THE PROBLEM –
From the entries below, copy each line in which the word "IFCRELFILLSELEMENT" occurs.

DATA FOR THIS EXERCISE –
# # # #

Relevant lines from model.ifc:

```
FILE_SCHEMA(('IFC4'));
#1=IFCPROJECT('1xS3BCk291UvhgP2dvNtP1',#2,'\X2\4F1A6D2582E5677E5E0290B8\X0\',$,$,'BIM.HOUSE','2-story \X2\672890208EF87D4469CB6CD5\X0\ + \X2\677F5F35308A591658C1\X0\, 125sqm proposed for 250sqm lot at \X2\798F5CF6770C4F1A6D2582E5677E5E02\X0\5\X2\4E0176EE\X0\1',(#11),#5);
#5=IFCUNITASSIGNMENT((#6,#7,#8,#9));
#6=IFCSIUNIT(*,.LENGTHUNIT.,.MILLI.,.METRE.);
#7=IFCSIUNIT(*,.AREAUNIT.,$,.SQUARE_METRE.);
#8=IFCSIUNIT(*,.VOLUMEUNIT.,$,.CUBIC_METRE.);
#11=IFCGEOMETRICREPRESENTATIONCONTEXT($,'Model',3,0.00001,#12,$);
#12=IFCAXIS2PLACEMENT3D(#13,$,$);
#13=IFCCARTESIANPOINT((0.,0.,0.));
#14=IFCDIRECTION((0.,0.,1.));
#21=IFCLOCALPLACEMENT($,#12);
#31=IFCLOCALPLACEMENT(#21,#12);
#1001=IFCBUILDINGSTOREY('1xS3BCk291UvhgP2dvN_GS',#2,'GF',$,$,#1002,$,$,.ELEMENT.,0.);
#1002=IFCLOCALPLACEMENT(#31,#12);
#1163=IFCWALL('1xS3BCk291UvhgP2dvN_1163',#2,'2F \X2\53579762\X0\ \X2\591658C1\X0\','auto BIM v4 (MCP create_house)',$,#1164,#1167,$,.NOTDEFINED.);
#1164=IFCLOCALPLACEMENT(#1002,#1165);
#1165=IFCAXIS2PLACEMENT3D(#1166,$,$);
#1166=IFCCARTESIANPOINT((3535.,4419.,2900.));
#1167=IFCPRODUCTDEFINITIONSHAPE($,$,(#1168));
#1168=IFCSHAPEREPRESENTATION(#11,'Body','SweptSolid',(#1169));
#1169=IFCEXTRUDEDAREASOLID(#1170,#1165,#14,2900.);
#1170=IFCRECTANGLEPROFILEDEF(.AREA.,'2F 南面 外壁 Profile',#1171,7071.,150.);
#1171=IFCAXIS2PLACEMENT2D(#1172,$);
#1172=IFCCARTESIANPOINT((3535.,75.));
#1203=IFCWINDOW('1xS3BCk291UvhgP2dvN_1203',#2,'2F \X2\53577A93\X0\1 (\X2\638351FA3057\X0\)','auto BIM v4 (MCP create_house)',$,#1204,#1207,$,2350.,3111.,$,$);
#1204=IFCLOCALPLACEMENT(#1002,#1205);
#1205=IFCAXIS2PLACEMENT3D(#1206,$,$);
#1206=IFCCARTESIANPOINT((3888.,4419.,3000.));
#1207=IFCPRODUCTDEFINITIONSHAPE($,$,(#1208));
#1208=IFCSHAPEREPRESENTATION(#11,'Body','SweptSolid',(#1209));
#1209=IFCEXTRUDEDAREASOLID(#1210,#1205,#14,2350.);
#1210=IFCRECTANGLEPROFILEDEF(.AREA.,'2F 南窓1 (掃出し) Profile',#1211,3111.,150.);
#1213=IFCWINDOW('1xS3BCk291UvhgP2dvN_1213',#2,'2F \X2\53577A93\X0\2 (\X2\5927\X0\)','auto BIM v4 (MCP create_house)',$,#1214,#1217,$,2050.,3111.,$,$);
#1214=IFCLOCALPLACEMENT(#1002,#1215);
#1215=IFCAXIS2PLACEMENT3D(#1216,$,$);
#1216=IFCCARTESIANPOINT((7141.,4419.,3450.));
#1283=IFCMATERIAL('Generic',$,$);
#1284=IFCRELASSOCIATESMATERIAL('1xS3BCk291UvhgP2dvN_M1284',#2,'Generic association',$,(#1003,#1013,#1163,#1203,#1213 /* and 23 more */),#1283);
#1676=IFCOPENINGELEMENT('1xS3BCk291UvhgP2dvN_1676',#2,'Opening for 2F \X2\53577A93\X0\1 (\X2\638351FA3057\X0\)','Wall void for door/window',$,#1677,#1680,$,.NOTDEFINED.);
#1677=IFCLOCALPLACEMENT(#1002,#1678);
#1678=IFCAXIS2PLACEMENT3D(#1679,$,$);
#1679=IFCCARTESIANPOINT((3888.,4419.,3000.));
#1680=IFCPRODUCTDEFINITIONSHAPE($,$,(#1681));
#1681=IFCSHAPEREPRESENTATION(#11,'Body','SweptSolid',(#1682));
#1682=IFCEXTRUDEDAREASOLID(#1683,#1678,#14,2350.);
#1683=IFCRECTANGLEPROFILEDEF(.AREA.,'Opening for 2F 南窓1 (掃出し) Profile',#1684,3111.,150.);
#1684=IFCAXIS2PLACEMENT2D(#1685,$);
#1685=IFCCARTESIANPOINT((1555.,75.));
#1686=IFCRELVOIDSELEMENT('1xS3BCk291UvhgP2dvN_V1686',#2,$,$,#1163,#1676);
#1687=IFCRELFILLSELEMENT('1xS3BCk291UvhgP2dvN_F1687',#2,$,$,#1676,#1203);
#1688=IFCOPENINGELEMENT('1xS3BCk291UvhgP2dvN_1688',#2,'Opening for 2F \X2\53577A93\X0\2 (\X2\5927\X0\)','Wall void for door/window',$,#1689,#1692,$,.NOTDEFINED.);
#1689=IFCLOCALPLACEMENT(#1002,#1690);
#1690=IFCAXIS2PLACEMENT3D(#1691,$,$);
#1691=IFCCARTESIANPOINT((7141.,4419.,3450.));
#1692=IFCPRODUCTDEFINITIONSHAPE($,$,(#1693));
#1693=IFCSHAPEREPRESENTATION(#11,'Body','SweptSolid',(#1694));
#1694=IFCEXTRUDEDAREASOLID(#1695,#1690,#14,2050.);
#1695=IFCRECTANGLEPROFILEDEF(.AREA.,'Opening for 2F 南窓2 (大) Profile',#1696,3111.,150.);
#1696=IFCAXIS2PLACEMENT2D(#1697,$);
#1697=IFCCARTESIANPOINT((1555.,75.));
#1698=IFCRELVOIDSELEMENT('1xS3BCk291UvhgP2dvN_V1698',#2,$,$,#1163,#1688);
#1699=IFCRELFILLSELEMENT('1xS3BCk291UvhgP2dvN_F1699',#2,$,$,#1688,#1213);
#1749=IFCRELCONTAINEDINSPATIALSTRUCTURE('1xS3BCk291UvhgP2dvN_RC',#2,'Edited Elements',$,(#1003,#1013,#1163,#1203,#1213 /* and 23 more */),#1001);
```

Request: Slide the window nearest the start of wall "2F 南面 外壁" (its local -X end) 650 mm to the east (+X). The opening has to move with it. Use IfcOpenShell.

```python
import ifcopenshell
import ifcopenshell.api.geometry
import ifcopenshell.util.placement
import ifcopenshell.util.unit

model = ifcopenshell.open("model.ifc")
unit_scale = ifcopenshell.util.unit.calculate_unit_scale(model)

window = model.by_guid("1xS3BCk291UvhgP2dvN_1203")
opening = window.FillsVoids[0].RelatingOpeningElement
wall = opening.VoidsElements[0].RelatingBuildingElement

wall_matrix = ifcopenshell.util.placement.get_local_placement(wall.ObjectPlacement)
shift = wall_matrix[:3, 0] * 0.65 / unit_scale
before = ifcopenshell.util.placement.get_local_placement(window.ObjectPlacement)[:3, 3].copy()

# The window is not placed relative to its opening, so move both.
for product in (opening, window):
    matrix = ifcopenshell.util.placement.get_local_placement(product.ObjectPlacement)
    matrix[:3, 3] += shift
    ifcopenshell.api.geometry.edit_object_placement(model, product=product, matrix=matrix, is_si=False)

after = ifcopenshell.util.placement.get_local_placement(window.ObjectPlacement)[:3, 3]
print("window moved by", (after - before).round(3) + 0.0)

model.write("model-out.ifc")
```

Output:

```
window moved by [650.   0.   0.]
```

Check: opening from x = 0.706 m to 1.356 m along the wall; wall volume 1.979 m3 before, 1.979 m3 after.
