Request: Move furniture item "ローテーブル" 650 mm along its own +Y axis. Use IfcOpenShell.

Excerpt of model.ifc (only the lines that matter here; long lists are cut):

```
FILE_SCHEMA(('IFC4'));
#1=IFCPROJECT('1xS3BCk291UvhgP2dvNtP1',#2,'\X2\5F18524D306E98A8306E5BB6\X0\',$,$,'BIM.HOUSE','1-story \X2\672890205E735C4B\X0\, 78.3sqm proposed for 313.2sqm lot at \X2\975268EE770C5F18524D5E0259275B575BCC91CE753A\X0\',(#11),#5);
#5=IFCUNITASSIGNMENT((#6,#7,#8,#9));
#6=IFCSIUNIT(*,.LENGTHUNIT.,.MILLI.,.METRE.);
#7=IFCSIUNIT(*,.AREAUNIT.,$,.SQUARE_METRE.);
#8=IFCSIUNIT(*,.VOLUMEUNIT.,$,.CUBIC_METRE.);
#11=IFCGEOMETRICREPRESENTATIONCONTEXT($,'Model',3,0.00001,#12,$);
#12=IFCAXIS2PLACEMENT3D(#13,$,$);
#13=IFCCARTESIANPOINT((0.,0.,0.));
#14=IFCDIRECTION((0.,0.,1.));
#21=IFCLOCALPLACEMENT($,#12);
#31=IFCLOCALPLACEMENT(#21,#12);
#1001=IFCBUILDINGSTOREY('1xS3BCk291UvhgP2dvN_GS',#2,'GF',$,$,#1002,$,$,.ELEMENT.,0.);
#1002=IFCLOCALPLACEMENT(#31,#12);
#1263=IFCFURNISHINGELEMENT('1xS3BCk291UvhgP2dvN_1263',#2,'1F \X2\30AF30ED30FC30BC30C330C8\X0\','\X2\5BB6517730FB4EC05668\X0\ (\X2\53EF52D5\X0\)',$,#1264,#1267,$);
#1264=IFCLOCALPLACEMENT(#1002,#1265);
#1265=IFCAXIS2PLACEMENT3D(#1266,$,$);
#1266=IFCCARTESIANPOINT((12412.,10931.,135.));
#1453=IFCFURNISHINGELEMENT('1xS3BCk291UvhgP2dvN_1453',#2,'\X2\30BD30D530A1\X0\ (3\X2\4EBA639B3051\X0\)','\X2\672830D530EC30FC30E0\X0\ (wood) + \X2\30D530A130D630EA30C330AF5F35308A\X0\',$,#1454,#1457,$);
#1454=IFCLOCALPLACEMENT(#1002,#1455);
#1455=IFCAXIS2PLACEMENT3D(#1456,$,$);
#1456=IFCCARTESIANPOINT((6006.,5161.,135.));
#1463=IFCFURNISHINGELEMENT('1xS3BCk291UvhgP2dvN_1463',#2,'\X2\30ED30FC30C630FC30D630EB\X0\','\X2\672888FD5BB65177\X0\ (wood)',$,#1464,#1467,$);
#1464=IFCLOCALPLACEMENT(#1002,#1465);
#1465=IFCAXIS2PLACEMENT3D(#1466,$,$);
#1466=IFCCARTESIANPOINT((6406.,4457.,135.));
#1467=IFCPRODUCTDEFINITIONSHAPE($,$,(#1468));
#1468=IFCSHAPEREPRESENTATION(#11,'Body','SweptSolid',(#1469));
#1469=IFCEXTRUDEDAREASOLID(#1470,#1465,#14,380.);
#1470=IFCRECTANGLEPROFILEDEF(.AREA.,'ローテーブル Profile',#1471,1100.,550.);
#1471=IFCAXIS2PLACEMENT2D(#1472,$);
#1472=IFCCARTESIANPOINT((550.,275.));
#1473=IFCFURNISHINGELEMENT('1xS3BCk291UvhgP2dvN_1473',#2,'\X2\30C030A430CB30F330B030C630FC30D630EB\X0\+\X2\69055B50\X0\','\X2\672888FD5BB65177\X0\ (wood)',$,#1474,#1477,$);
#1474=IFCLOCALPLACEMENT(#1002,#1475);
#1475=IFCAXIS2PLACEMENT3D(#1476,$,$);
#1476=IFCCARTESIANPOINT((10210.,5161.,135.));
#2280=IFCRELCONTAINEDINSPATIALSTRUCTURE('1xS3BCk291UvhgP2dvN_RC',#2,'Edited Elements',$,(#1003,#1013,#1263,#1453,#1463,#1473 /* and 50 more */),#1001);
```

```python
import ifcopenshell
import ifcopenshell.api.geometry
import ifcopenshell.util.placement

model = ifcopenshell.open("model.ifc")

item = model.by_guid("1xS3BCk291UvhgP2dvN_1463")
matrix = ifcopenshell.util.placement.get_local_placement(item.ObjectPlacement)
matrix[:3, 3] += matrix[:3, 1] * 650.0
ifcopenshell.api.geometry.edit_object_placement(model, product=item, matrix=matrix, is_si=False)

print(ifcopenshell.util.placement.get_local_placement(item.ObjectPlacement).round(3) + 0.0)

model.write("model_updated.ifc")
```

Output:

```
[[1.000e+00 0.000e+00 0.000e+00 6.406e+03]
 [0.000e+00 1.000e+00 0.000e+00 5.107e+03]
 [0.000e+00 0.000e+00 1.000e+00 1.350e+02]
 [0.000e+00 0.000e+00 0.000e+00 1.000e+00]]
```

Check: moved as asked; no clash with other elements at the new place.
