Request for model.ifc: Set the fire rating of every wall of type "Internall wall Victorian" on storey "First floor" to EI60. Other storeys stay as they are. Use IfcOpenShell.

First a look at what the model holds.

```python
import ifcopenshell
import ifcopenshell.util.element

model = ifcopenshell.open("model.ifc")
print(model.schema)
storey = next(s for s in model.by_type("IfcBuildingStorey") if s.Name == "First floor")
walls = [e for e in ifcopenshell.util.element.get_decomposition(storey) if e.is_a("IfcWall")]
seen = {}
for e in walls:
    element_type = ifcopenshell.util.element.get_type(e)
    key = (element_type.Name if element_type != e and element_type else None, ifcopenshell.util.element.get_pset(e, "Pset_WallCommon", "FireRating"))
    seen[key] = seen.get(key, 0) + 1
for (name, value), count in sorted(seen.items(), key=str):
    print(count, "x", name, "|", value)
```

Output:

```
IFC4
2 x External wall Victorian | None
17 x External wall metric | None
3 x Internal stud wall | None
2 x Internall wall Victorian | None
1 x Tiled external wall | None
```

```python
import ifcopenshell
import ifcopenshell.api.pset
import ifcopenshell.util.element

model = ifcopenshell.open("model.ifc")

storey = next(s for s in model.by_type("IfcBuildingStorey") if s.Name == "First floor")
walls = [e for e in ifcopenshell.util.element.get_decomposition(storey) if e.is_a("IfcWall")]

count = 0
for e in walls:
    element_type = ifcopenshell.util.element.get_type(e)
    if element_type in (None, e) or element_type.Name != "Internall wall Victorian":
        continue
    # add_pset returns the element's existing set when there is one.
    pset = ifcopenshell.api.pset.add_pset(model, product=e, name="Pset_WallCommon")
    ifcopenshell.api.pset.edit_pset(model, pset=pset, properties={"FireRating": "EI60"})
    count += 1

print(count, "walls updated")

model.write("model_edited.ifc")
```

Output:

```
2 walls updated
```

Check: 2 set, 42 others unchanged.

# # # #

SOLUTION FOR THIS PROBLEM –
#1687=IFCRELFILLSELEMENT('1xS3BCk291UvhgP2dvN_F1687',#2,$,$,#1676,#1203);
#1699=IFCRELFILLSELEMENT('1xS3BCk291UvhgP2dvN_F1699',#2,$,$,#1688,#1213);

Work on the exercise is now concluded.